The day after she voted to raise the debt limit by supporting the agreement House Speaker Kevin McCarthy negotiated with President Joe Biden, U.S. Rep. Marjorie Taylor Greene faced her constituents in Powder Springs.
Some people arrived with questions about why Greene would support the legislation that some conservatives had hammered for not including enough federal spending cuts. Greene laid out her reasoning, according to one supporter in the audience, and most in the crowd appeared satisfied with her pragmatic approach to accepting the deal with hopes of more budget reductions in the future and avoiding a default on the nation’s debt.
“You really don’t have the votes there to do a lot of big reductions in spending and whatnot,” Brad Barnes recalled of the June 1 meeting. “And so, people seem to accept her explanation of why she made the decisions that she did.”
While some of her conservative colleagues continue to gripe about Greene aligning with McCarthy and the GOP establishment, and have threatened repercussions as a result, it appears that squeeze has not affected her standing in northwest Georgia.
Activists in her 14th Congressional District such as Barnes said they are aware of her Washington-based controversies but are willing to give her space to occasionally take positions that are considered more establishment. They don’t believe Greene, a Rome Republican, has moved so far away from the far right that she is no longer one of them.
“I don’t really see her losing any actual support on the ground,” said Barnes, who is president and chairman of the Etowah Republican Assembly, representing the more conservative and working-class arm of the Republican Party in Floyd County where both he and Greene live. “At the end of the day, her and her district are really well matched. I mean, she is beloved up here.”
Greene has been a controversial figure from the time she entered national politics several years ago, drawing sharp rebukes from Democrats and even some Republicans who felt her fiery and problematic rhetoric made her the wrong person to represent the 14th District. But since being elected in 2020, she has not only increased her national profile but her local reputation as well.
In celebration of the Fourth of July on Tuesday, she plans to make stops at parades and community festivals in the district. If the past is any indication, she will spend the day posing for selfies and greeting well-wishers who usually line up for a glimpse of the GOP star.
John Bailey, managing editor of The Rome News-Tribune, said Greene has built a reputation for being visible, accessible and responsive to the needs of her constituents.

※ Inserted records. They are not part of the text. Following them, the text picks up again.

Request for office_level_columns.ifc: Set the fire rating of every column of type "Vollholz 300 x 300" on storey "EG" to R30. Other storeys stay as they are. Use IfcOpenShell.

First a look at what the model holds.

```python
import ifcopenshell
import ifcopenshell.util.element

model = ifcopenshell.open("office_level_columns.ifc")
print(model.schema)
storey = next(s for s in model.by_type("IfcBuildingStorey") if s.Name == "EG")
columns = [e for e in ifcopenshell.util.element.get_decomposition(storey) if e.is_a("IfcColumn")]
seen = {}
for e in columns:
    element_type = ifcopenshell.util.element.get_type(e)
    key = (element_type.Name if element_type != e and element_type else None, ifcopenshell.util.element.get_pset(e, "Pset_ColumnCommon", "FireRating"))
    seen[key] = seen.get(key, 0) + 1
for (name, value), count in sorted(seen.items(), key=str):
    print(count, "x", name, "|", value)
```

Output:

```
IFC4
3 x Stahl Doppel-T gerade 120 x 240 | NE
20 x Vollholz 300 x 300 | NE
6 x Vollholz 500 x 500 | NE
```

```python
import ifcopenshell
import ifcopenshell.api.pset
import ifcopenshell.util.element

model = ifcopenshell.open("office_level_columns.ifc")

storey = next(s for s in model.by_type("IfcBuildingStorey") if s.Name == "EG")
columns = [e for e in ifcopenshell.util.element.get_decomposition(storey) if e.is_a("IfcColumn")]

count = 0
for e in columns:
    element_type = ifcopenshell.util.element.get_type(e)
    if element_type in (None, e) or element_type.Name != "Vollholz 300 x 300":
        continue
    # add_pset returns the element's existing set when there is one.
    pset = ifcopenshell.api.pset.add_pset(model, product=e, name="Pset_ColumnCommon")
    ifcopenshell.api.pset.edit_pset(model, pset=pset, properties={"FireRating": "R30"})
    count += 1

print(count, "columns updated")

model.write("office_level_columns_rev.ifc")
```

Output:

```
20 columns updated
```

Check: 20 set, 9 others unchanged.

“She’s been very present in this district shaking hands, saying hi, talking to people,” he said.
Most recently, Greene’s issues have come from conservative colleagues in Washington who are unhappy with some of her decision-making there.
It started in January, when she was among the vast majority of House Republicans who supported McCarthy’s rise to speaker. About a dozen far-right lawmakers opposed him, blocking his ascent to the post through more than a dozen rounds of voting over four days.
When it came to the debt limit, the House Freedom Caucus was more galvanized against McCarthy’s compromise with Biden. Greene was one of just eight members of the caucus who supported that deal despite concerns from colleagues that it didn’t require enough cuts in federal spending.
In both instances, Greene took the position backing McCarthy. At times she was also critical of those who did not, accusing colleagues of taking an impractical approach to governing.
“I’m also not going to allow the United States of America to default, that’s just the wrong thing to do,” she told The Atlanta Journal-Constitution in April during debt-ceiling deliberations. “So I think that we do have to have a negotiation, and I think there needs to be a level of maturity from everyone on this issue.”
Though she rarely takes on far-right lawmakers directly, she did so last month on the House floor when she cursed at Colorado U.S. Rep. Lauren Boebert during a spat over the best approach to impeaching Biden.
Politico reported that shortly before members returned to their districts for the July Fourth recess the Freedom Caucus took a vote that reflected its displeasure with Greene. Her office did not respond to questions about her status with the caucus or whether she remains a member.
Back in Georgia, these developments have been met more with curiosity than disdain, said Debbie Dooley, one of the founders of the Georgia Tea Party who has become a voice for conservatives in the state GOP. People are willing to see whether Greene’s embrace of the establishment will remain a rare occurrence.
“She’s still pushing for indictments and stuff like that, and I just don’t think overall her stance is going to hurt her,” Dooley said. “Now, if she just keeps on taking those little baby steps, that’s a different matter. But it doesn’t look like she’s going to.”
Overall, it appears that Greene remains true to her deeply conservative roots, Dooley said. She continues to support red-meat policies such as ending abortion, halting aid to Ukraine and making guns more accessible.
She has also introduced a slate of impeachment resolutions targeting Biden, U.S. Homeland Security Secretary Alejandro Mayorkas and others. More recently, she backed a proposal attempting to wipe former President Donald Trump’s two impeachments off the record as if they never happened.
Bailey, the newspaper editor, said there are Republicans in northwest Georgia who have turned away from the party establishment and aligned with more conservative entities such as the Georgia Republican Assembly. But so far, those voters have not publicly turned on Greene, he said.
“I don’t think that’s trickled down very much to this district,” he said.